When attempting to retrieve all records from an endpoint with a large record set, the iter_all function takes a good deal of time while synchronously making the api calls. With this change, all calls after the first request are parallelized to speed things up. A new parameter, max_threads, was created to allow for customization for the callers environment/needs. In order to ensure backwards compatibility, we set max_threads with a sensible default and we still return an iterator.

Examples Before:

>>> print(timeit.timeit(setup="from pdpyras import APISession;p = APISession(<TOKEN>)", stmt="s = list(p.iter_all('services'));print(len(s))", number=1))
1185
12.433564969999992
>>> print(timeit.timeit(setup="from pdpyras import APISession;p = APISession(<TOKEN>)", stmt="s = list(p.iter_all('services'));print(len(s))", number=5))
1185
1185
1185
1185
1185
59.51973305299998

After:

>>> print(timeit.timeit(setup="from pdpyras import APISession;p = APISession(<TOKEN>)", stmt="list(p.iter_all('services', max_threads=10))", number=1))
3.109743124000005
>>> print(timeit.timeit(setup="from pdpyras import APISession;p = APISession(<TOKEN>)", stmt="s = list(p.iter_all('services', max_threads=8));print(len(s))", number=5))
1185
1185
1185
1185
1185
15.51525755900002
Deconstrained commented 3 years ago

Hello @scott-shields-github, this looks brilliant! Sorry I've not gotten around to reviewing and testing. This weekend and in down time before then I plan to devote a few hours to upkeep of this project; more comments to follow.

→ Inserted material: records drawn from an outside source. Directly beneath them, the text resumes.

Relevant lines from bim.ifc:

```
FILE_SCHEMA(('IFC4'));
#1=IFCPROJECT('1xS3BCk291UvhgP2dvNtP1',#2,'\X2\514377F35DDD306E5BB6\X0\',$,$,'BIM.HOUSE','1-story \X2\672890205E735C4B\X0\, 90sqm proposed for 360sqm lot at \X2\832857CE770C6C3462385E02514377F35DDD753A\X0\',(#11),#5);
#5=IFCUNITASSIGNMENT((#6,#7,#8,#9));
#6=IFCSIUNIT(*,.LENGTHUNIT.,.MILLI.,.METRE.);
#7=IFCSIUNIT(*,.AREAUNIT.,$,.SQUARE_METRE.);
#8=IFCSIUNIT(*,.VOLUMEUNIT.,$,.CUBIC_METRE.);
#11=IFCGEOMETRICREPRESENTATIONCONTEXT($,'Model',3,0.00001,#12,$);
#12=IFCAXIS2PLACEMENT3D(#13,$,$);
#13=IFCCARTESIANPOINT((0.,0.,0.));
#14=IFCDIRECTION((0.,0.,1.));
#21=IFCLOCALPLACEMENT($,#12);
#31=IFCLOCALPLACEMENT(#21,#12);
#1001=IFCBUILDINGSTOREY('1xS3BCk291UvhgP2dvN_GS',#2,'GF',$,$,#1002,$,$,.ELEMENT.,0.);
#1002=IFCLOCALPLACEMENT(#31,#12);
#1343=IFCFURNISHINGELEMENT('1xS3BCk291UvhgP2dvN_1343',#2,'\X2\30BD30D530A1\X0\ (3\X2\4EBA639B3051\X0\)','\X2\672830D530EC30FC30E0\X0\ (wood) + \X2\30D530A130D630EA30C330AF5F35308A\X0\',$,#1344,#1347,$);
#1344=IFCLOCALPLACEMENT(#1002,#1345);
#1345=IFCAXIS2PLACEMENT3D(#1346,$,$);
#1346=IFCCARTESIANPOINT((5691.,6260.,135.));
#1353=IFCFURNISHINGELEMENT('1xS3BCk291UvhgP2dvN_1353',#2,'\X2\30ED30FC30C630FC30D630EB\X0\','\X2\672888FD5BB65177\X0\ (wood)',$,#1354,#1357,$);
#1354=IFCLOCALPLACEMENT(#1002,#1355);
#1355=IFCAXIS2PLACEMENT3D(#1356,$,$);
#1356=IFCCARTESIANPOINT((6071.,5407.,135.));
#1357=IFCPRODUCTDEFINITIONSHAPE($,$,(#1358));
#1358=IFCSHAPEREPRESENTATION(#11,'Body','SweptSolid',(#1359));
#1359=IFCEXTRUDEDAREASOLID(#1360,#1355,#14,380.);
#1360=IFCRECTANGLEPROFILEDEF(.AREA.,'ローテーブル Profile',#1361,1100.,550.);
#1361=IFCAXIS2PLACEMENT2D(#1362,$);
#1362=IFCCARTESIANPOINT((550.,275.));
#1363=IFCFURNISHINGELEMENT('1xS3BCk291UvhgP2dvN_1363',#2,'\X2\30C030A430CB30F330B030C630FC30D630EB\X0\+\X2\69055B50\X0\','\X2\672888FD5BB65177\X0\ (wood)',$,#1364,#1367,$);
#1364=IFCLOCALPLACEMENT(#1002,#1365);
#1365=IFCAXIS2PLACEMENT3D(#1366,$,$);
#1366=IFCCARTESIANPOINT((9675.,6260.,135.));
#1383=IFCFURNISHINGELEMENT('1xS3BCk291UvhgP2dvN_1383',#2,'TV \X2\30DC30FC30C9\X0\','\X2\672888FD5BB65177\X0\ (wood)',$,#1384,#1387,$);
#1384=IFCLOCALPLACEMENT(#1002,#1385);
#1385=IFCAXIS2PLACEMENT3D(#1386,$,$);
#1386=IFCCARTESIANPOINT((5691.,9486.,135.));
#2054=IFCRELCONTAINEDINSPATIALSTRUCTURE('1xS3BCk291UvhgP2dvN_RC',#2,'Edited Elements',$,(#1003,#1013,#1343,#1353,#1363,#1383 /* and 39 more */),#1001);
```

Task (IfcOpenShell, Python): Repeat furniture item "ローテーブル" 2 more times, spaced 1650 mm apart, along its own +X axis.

```python
import ifcopenshell
import ifcopenshell.api.geometry
import ifcopenshell.api.root
import ifcopenshell.util.element
import ifcopenshell.util.placement

model = ifcopenshell.open("bim.ifc")


def reuse_history(source, copy):
    """copy_class also copies each property set's owner history, people and application; keep the originals."""
    for rel in copy.IsDefinedBy:
        if rel.is_a("IfcRelDefinesByProperties") and (history := rel.RelatingPropertyDefinition.OwnerHistory):
            rel.RelatingPropertyDefinition.OwnerHistory = source.OwnerHistory
            ifcopenshell.util.element.remove_deep2(model, history)


source = model.by_guid("1xS3BCk291UvhgP2dvN_1353")
base = ifcopenshell.util.placement.get_local_placement(source.ObjectPlacement)
step = base[:3, 0] * 1650.0

for i in range(1, 3):
    copy = ifcopenshell.api.root.copy_class(model, product=source)
    copy.Representation = ifcopenshell.util.element.copy_deep(
        model, source.Representation, exclude=["IfcGeometricRepresentationContext", "IfcRepresentationMap"]
    )
    reuse_history(source, copy)
    matrix = base.copy()
    matrix[:3, 3] += i * step
    print("added at", matrix[:3, 3].round(3) + 0.0)
    ifcopenshell.api.geometry.edit_object_placement(model, product=copy, matrix=matrix, is_si=False)

model.write("bim_edited.ifc")
```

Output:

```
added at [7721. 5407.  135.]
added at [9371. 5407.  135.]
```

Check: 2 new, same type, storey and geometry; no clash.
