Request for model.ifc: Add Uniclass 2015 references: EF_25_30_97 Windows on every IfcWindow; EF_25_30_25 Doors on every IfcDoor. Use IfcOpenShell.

First a look at what the model holds.

```python
import ifcopenshell

model = ifcopenshell.open("model.ifc")
print(model.schema)
print("classifications:", [c.Name for c in model.by_type("IfcClassification")])
for ifc_class in ("IfcDoor", "IfcRoof", "IfcStair", "IfcWall", "IfcWindow"):
    print(ifc_class, len(model.by_type(ifc_class)))
```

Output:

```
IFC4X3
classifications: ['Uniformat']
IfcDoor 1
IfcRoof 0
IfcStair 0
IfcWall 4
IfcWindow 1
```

```python
import ifcopenshell
import ifcopenshell.api.classification

model = ifcopenshell.open("model.ifc")

system = ifcopenshell.api.classification.add_classification(model, classification="Uniclass 2015")

codes = {
    "IfcWindow": ("EF_25_30_97", "Windows"),
    "IfcDoor": ("EF_25_30_25", "Doors"),
}
for ifc_class, (code, name) in codes.items():
    products = model.by_type(ifc_class)
    ifcopenshell.api.classification.add_reference(
        model, products=products, classification=system, identification=code, name=name
    )
    print(code, len(products))

model.write("model_updated.ifc")
```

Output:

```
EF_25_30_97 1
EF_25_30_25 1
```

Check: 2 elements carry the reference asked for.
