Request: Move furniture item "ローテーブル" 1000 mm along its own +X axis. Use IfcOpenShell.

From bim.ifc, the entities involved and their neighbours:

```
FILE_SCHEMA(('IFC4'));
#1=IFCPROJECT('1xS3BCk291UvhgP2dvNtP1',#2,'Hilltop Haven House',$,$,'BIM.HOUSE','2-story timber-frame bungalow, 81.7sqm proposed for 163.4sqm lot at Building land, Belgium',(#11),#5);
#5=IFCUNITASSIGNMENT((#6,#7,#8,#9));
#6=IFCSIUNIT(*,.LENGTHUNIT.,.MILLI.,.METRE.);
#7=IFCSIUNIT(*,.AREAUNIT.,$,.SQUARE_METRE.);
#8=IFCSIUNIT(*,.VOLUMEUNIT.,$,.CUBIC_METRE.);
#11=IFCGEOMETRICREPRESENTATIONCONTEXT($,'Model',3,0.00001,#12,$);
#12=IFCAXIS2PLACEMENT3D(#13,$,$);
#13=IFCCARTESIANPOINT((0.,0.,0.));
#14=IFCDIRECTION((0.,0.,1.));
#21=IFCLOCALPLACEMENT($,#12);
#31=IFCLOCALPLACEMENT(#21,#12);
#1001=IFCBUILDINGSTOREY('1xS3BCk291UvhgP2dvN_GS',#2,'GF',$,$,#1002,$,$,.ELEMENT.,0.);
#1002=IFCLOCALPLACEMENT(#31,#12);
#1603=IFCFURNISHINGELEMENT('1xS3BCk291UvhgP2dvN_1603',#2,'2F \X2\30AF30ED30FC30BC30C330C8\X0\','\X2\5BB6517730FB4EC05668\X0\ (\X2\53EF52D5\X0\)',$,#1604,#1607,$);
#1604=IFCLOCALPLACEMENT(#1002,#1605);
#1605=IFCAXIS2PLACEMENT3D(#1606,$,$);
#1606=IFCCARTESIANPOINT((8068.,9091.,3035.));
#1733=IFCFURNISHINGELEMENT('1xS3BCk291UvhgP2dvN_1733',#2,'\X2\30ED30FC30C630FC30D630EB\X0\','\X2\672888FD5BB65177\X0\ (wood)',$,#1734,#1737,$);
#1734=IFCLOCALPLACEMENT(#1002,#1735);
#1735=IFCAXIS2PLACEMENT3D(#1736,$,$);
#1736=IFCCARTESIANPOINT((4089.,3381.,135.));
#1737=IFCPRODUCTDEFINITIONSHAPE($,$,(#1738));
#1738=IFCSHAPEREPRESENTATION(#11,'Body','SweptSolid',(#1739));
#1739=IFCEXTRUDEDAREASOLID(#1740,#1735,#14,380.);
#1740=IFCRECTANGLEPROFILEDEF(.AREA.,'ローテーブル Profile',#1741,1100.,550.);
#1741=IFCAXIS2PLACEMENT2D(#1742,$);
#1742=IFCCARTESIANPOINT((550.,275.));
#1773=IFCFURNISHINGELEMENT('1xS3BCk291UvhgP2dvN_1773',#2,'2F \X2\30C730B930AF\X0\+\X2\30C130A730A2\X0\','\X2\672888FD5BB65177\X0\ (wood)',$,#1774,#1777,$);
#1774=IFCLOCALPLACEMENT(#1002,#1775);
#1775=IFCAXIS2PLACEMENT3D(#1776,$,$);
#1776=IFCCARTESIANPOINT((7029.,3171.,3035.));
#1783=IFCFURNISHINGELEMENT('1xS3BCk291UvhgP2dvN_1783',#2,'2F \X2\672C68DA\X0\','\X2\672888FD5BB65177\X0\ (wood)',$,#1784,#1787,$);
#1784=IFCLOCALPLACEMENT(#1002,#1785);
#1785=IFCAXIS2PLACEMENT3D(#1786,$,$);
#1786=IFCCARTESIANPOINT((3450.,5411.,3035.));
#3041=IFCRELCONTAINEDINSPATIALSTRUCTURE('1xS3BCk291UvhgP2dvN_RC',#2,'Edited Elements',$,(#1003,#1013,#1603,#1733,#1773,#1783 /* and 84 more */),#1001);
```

```python
import ifcopenshell
import ifcopenshell.api.geometry
import ifcopenshell.util.placement
import ifcopenshell.util.unit

model = ifcopenshell.open("bim.ifc")
unit_scale = ifcopenshell.util.unit.calculate_unit_scale(model)

item = model.by_guid("1xS3BCk291UvhgP2dvN_1733")
matrix = ifcopenshell.util.placement.get_local_placement(item.ObjectPlacement)
matrix[:3, 3] += matrix[:3, 0] * 1 / unit_scale
ifcopenshell.api.geometry.edit_object_placement(model, product=item, matrix=matrix, is_si=False)

print(ifcopenshell.util.placement.get_local_placement(item.ObjectPlacement).round(3) + 0.0)

model.write("bim_v2.ifc")
```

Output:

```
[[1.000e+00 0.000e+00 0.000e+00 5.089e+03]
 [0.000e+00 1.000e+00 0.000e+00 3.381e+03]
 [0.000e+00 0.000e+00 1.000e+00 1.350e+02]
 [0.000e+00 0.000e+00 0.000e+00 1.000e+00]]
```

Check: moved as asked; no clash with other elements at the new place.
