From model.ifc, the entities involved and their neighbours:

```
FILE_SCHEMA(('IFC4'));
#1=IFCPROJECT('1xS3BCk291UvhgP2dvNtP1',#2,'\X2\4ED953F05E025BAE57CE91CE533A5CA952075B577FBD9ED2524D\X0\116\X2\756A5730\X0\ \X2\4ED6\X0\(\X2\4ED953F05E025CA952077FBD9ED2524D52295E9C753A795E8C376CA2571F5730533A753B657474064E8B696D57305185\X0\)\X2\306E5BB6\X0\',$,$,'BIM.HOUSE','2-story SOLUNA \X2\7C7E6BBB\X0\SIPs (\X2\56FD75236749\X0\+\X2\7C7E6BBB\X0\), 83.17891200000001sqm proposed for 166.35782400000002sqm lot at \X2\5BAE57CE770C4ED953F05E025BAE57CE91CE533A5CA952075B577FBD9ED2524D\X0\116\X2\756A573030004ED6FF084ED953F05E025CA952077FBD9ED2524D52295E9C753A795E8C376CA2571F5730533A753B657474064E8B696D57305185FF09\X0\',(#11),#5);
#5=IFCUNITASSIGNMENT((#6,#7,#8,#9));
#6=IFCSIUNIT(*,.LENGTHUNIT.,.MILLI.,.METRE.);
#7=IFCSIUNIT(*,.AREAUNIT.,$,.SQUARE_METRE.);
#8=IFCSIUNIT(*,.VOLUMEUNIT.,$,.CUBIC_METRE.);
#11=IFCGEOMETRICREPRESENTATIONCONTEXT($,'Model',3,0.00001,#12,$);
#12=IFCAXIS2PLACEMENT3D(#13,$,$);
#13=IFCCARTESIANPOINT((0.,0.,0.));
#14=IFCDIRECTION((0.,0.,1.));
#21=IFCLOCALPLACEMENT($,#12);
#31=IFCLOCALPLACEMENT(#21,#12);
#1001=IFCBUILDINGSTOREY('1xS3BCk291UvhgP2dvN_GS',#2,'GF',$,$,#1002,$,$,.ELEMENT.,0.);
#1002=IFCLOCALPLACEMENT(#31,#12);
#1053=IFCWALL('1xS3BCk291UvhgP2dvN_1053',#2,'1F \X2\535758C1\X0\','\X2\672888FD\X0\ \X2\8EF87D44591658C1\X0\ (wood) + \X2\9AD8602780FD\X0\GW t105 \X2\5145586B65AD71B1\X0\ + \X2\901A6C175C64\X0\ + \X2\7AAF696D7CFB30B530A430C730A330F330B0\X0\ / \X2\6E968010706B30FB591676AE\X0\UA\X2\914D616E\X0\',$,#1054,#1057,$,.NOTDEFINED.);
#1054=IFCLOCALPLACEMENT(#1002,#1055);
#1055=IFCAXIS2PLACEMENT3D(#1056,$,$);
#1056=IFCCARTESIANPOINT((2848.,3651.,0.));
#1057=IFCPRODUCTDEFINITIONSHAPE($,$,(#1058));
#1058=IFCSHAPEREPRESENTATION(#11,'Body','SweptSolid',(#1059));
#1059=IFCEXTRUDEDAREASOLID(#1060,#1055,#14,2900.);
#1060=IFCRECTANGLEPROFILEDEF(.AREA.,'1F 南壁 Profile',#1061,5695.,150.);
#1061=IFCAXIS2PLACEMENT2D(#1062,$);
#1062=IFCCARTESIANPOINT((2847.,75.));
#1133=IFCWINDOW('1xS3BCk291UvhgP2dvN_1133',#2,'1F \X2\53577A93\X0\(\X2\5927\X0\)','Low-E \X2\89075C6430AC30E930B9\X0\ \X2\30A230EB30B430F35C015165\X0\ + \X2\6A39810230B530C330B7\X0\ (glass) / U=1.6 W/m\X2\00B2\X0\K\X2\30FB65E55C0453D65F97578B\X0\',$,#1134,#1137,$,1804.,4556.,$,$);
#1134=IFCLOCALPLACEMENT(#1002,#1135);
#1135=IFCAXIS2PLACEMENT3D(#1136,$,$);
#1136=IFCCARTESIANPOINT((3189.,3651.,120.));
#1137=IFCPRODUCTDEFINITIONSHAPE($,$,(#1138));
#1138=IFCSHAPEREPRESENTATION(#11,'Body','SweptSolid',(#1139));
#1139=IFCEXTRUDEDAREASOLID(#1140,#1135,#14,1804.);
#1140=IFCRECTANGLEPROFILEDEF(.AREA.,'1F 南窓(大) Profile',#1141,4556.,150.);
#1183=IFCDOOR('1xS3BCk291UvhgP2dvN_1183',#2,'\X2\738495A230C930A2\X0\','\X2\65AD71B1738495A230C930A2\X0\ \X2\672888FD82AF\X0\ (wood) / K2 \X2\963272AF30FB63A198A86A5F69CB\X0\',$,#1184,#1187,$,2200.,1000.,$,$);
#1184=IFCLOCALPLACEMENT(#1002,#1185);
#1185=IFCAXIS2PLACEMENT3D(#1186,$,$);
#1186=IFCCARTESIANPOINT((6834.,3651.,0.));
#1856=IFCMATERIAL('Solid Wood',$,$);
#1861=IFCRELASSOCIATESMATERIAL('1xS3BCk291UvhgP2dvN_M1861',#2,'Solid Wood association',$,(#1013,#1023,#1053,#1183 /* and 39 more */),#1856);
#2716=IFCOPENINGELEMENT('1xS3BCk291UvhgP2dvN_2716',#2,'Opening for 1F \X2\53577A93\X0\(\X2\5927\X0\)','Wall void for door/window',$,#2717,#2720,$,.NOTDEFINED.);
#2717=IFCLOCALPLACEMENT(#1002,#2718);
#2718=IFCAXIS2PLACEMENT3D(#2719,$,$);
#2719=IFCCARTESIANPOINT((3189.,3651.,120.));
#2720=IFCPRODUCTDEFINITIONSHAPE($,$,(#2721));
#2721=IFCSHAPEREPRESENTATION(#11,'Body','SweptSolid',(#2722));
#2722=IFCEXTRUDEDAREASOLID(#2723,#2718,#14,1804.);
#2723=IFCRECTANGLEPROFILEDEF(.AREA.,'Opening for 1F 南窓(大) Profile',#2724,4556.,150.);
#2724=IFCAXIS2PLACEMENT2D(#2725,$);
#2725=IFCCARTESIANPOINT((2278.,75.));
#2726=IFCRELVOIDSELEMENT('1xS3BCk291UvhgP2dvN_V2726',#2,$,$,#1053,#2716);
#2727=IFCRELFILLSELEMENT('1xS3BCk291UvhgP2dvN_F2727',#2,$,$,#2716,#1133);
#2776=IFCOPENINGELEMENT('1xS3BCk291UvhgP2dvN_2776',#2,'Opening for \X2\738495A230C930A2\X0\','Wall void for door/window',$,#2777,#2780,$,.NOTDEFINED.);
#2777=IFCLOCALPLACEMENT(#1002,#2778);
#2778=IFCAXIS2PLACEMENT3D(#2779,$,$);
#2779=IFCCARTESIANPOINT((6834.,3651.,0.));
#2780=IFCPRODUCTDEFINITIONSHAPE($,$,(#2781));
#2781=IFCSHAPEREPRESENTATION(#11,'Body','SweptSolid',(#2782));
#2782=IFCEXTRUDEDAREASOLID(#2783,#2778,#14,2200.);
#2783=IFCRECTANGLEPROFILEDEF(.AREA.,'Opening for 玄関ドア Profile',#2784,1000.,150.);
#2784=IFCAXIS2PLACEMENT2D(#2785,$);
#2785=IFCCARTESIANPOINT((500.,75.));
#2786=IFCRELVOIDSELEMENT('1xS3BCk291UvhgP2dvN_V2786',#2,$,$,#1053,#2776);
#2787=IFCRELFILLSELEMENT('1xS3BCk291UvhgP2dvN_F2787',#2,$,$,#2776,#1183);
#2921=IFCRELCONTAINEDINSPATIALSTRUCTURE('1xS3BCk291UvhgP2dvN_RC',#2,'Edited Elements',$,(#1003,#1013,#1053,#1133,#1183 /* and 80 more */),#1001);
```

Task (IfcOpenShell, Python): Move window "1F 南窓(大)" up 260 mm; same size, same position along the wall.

```python
import numpy as np
import ifcopenshell
import ifcopenshell.api.geometry
import ifcopenshell.util.placement
import ifcopenshell.util.unit

model = ifcopenshell.open("model.ifc")
unit_scale = ifcopenshell.util.unit.calculate_unit_scale(model)

window = model.by_guid("1xS3BCk291UvhgP2dvN_1133")
opening = window.FillsVoids[0].RelatingOpeningElement
dz = 260.0

shift = np.array([0.0, 0.0, dz])
# The window is not placed relative to its opening, so move both.
for product in (opening, window):
    matrix = ifcopenshell.util.placement.get_local_placement(product.ObjectPlacement)
    matrix[:3, 3] += shift
    ifcopenshell.api.geometry.edit_object_placement(model, product=product, matrix=matrix, is_si=False)

print(f"moved by {dz * unit_scale:+.3f} m")

model.write("model_rev.ifc")
```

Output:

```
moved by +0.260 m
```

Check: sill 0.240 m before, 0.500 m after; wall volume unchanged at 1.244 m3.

Deconstrained commented 3 years ago

Hi @scott-shields-github,

I again apologize for not having made more time for this. I've been reviewing it in more detail and there are a few things that might cause issues downstream.

It looks like iter_all's behavior fundamentally changes in a way that may cause issues with certain use cases. Fetching entire datasets may happen faster, but consider for example performing a search for an incident log entry in the recent past that might be somewhere in the neighborhood of offset=500&limit=100. If using the parallelized fetch-all-and-then-iterate approach, even thought it may fetch the entire dataset faster, log entries easily can number in the thousands, which means that the call to iter_all could hang for a very long time before yielding anything. Whereas, fetching the next page on-demand when the current page's results have all been yielded will mean only having to make six GET requests in this scenario.

It would be a safer approach, I believe, to make this as a separate method, and then refactor list_all, dict_all etc. to use the new parallelized index fetch method, because the assumption in those methods is that the full dataset should be fetched anyways. If you have time, the client would greatly benefit from such an improvement.

Another option is we could try to come up with a way to asynchronously fetch, but it might get complicated, e.g. yielding in the correct order.

scott-shields-github commented 3 years ago

No worries, yeah that makes sense. I'll work on moving this to it's own method for those reasons.